Records to use
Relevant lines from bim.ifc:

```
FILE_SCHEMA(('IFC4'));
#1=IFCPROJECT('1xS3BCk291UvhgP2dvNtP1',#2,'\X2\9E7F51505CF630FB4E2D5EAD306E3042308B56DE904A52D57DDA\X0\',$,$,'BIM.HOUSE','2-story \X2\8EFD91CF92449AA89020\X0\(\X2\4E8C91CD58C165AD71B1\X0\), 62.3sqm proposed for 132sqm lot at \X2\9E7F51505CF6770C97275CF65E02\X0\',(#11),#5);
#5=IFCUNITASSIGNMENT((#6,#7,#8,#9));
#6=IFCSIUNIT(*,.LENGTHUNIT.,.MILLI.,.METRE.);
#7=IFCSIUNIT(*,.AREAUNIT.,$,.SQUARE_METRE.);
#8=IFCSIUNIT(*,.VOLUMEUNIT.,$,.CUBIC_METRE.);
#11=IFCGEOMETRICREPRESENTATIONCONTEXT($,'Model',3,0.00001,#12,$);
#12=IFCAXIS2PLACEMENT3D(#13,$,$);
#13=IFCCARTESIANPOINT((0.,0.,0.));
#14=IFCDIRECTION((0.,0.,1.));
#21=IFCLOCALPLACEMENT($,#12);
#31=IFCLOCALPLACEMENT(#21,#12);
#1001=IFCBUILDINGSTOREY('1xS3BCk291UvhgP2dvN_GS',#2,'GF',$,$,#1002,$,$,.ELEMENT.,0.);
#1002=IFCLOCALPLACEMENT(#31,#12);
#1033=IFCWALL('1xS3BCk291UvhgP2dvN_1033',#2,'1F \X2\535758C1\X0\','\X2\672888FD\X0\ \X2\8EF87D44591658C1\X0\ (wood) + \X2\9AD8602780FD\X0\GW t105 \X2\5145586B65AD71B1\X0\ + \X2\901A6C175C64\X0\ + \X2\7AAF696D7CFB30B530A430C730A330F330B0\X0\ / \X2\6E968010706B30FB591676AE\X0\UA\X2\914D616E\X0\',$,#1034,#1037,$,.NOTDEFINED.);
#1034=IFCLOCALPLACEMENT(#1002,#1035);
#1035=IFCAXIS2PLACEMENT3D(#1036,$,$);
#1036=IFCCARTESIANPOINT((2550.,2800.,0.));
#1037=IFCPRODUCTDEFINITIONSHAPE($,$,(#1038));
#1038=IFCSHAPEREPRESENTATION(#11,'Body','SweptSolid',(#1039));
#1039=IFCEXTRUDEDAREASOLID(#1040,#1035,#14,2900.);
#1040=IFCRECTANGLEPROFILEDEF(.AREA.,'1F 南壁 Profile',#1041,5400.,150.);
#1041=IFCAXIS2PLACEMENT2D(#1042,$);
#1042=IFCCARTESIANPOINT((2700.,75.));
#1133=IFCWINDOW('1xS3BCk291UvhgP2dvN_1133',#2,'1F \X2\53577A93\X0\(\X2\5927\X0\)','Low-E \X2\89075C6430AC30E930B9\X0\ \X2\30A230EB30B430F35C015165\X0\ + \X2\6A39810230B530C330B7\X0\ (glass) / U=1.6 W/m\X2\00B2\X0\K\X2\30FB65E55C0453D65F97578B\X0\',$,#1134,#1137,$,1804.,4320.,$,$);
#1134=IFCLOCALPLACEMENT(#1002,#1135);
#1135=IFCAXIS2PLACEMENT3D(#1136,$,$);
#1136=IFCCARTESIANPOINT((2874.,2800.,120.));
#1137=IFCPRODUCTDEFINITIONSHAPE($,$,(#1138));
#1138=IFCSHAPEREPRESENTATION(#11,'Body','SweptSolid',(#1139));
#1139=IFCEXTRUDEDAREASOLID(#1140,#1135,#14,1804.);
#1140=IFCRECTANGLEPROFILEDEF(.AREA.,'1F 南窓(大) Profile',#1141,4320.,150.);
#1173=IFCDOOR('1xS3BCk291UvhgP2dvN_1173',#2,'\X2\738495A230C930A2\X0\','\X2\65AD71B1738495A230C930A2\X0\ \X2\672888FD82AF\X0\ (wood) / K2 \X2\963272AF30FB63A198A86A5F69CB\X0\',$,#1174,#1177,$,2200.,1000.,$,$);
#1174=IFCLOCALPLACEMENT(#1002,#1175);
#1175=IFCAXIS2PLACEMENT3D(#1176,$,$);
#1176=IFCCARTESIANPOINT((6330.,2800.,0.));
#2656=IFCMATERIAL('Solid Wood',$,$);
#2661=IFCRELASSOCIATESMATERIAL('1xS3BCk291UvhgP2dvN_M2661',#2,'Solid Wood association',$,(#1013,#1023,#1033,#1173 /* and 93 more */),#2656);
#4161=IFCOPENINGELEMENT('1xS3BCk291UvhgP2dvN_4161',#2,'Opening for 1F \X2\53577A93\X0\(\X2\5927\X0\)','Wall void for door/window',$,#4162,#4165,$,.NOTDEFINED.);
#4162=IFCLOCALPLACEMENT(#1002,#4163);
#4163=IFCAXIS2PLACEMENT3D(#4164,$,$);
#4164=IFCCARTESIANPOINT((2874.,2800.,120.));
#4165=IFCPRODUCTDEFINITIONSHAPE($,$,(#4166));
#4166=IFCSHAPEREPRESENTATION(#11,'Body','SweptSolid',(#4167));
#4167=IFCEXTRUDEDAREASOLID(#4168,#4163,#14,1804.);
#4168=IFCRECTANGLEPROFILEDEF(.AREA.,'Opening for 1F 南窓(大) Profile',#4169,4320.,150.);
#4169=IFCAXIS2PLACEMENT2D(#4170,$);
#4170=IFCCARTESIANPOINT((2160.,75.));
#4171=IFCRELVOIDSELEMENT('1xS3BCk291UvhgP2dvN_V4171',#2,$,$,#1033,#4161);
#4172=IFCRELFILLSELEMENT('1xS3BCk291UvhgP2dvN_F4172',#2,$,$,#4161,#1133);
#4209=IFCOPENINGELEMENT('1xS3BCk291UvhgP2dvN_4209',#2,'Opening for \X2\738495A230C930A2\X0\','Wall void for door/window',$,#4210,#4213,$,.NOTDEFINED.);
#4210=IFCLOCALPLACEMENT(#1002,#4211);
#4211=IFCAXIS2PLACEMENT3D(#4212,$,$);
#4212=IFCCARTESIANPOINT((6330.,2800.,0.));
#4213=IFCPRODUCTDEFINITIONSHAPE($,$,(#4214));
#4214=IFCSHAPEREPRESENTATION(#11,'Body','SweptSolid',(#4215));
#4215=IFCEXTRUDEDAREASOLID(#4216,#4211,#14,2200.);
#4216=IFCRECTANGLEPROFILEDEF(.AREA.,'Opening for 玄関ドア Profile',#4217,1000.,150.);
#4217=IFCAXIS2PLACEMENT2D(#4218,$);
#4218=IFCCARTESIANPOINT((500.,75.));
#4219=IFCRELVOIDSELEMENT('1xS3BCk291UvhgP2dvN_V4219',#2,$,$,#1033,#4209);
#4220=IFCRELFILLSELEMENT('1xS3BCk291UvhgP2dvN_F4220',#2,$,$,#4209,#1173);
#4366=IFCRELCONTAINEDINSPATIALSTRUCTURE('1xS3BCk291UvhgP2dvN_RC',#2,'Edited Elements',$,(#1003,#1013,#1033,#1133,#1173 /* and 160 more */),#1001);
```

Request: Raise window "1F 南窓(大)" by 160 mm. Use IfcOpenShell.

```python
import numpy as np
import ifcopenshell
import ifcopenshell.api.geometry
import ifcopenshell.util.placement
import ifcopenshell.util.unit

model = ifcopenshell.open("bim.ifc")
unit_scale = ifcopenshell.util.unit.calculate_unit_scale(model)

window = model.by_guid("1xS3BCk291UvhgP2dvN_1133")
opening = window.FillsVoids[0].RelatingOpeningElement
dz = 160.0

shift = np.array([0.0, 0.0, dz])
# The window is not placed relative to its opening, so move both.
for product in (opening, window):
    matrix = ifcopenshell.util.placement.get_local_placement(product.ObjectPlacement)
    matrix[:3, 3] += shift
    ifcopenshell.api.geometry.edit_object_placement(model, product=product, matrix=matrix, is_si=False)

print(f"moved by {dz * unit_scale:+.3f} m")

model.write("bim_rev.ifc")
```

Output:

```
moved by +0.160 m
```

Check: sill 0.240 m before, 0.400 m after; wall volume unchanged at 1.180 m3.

Prompt
Scan the material above. Return every line containing the string "IFCRECTANGLEPROFILEDEF".

Exercise result
#1040=IFCRECTANGLEPROFILEDEF(.AREA.,'1F 南壁 Profile',#1041,5400.,150.);
#1140=IFCRECTANGLEPROFILEDEF(.AREA.,'1F 南窓(大) Profile',#1141,4320.,150.);
#4168=IFCRECTANGLEPROFILEDEF(.AREA.,'Opening for 1F 南窓(大) Profile',#4169,4320.,150.);
#4216=IFCRECTANGLEPROFILEDEF(.AREA.,'Opening for 玄関ドア Profile',#4217,1000.,150.);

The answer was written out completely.